Source information section start

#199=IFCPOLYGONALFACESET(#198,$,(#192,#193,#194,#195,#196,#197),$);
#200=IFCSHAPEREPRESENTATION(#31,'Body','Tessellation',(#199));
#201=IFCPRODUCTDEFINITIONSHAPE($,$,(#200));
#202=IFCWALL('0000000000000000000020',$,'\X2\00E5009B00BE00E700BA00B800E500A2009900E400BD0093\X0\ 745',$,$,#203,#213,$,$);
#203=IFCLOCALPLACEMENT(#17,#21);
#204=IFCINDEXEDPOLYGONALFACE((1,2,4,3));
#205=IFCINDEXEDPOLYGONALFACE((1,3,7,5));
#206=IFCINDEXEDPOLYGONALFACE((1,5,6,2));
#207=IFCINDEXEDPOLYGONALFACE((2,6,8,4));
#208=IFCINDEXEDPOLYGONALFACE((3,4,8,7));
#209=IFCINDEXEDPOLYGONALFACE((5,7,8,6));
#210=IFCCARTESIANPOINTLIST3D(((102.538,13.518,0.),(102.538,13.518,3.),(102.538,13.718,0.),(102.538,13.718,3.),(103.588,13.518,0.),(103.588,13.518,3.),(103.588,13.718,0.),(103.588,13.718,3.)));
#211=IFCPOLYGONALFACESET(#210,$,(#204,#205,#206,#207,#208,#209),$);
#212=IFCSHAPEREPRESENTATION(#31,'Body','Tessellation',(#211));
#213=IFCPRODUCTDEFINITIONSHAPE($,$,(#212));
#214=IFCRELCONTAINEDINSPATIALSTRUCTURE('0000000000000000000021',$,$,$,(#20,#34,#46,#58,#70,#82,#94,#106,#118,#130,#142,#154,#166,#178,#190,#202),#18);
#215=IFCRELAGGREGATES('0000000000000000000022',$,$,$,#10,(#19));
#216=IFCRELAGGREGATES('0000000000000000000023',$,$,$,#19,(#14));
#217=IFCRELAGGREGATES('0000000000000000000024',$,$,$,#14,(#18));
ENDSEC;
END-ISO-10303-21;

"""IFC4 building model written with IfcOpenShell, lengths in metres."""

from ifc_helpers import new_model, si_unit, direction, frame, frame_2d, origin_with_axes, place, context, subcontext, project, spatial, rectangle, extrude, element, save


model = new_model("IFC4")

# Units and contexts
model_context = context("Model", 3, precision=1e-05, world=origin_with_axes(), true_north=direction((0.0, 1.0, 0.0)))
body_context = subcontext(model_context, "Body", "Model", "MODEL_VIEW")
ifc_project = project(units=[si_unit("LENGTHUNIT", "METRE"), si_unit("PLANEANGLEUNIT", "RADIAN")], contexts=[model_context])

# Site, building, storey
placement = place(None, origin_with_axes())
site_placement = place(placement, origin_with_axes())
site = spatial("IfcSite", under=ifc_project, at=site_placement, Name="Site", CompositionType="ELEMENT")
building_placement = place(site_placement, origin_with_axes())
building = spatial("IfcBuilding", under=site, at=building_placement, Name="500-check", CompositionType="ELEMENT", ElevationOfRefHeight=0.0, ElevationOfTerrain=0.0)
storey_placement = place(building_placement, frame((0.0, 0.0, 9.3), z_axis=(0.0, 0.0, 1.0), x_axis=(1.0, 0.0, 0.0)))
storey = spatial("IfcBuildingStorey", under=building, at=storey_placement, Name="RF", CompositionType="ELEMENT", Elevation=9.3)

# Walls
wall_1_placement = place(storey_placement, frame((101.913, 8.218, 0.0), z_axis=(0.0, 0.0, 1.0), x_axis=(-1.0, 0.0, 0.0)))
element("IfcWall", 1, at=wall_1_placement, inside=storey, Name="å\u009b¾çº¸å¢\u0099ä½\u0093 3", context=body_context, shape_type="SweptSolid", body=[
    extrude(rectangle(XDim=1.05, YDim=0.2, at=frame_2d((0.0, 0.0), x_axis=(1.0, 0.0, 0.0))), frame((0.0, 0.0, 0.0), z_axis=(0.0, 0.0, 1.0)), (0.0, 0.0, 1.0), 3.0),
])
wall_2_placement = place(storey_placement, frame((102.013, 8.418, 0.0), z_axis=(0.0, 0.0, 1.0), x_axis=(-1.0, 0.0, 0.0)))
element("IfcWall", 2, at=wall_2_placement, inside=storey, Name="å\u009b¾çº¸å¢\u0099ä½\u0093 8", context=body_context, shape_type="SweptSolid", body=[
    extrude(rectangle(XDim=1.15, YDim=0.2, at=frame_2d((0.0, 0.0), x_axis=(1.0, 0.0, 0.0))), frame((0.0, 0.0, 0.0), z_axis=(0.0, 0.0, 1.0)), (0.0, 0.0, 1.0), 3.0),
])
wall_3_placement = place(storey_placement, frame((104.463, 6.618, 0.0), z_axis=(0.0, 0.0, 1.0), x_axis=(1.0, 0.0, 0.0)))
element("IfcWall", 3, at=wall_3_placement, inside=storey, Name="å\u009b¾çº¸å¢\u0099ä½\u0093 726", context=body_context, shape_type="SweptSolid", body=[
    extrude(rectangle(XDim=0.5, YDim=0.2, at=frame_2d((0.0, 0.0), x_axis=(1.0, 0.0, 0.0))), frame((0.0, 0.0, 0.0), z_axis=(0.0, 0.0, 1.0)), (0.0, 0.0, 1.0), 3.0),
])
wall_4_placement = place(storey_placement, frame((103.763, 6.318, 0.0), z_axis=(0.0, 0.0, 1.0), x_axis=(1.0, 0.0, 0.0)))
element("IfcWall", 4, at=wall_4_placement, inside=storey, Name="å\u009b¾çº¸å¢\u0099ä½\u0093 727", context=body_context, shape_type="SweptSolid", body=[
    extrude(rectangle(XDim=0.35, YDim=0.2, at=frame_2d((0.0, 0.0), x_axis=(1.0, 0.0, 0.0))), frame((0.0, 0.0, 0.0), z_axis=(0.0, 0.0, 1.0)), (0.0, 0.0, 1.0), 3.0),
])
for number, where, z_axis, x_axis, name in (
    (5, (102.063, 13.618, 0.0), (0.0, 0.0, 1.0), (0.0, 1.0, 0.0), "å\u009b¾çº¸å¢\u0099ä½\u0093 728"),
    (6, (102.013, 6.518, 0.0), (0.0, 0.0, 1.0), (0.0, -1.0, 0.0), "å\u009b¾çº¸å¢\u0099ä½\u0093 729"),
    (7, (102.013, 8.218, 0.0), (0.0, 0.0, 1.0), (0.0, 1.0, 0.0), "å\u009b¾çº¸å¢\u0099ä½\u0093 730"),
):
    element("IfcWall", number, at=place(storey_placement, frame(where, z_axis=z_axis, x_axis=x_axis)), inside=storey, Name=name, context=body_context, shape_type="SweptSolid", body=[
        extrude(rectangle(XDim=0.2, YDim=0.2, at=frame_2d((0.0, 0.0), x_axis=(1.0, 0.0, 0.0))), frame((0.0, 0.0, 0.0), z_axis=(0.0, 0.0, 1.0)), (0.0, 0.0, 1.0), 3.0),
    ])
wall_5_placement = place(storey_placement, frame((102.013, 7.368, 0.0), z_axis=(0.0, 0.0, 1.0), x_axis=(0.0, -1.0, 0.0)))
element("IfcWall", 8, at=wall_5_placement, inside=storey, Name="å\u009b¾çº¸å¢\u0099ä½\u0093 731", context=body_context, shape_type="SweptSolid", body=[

Source information section end

What is needed
The lines above that hold the word "IFCINDEXEDPOLYGONALFACE" are the ones to copy.

Solution to the exercise
#204=IFCINDEXEDPOLYGONALFACE((1,2,4,3));
#205=IFCINDEXEDPOLYGONALFACE((1,3,7,5));
#206=IFCINDEXEDPOLYGONALFACE((1,5,6,2));
#207=IFCINDEXEDPOLYGONALFACE((2,6,8,4));
#208=IFCINDEXEDPOLYGONALFACE((3,4,8,7));
#209=IFCINDEXEDPOLYGONALFACE((5,7,8,6));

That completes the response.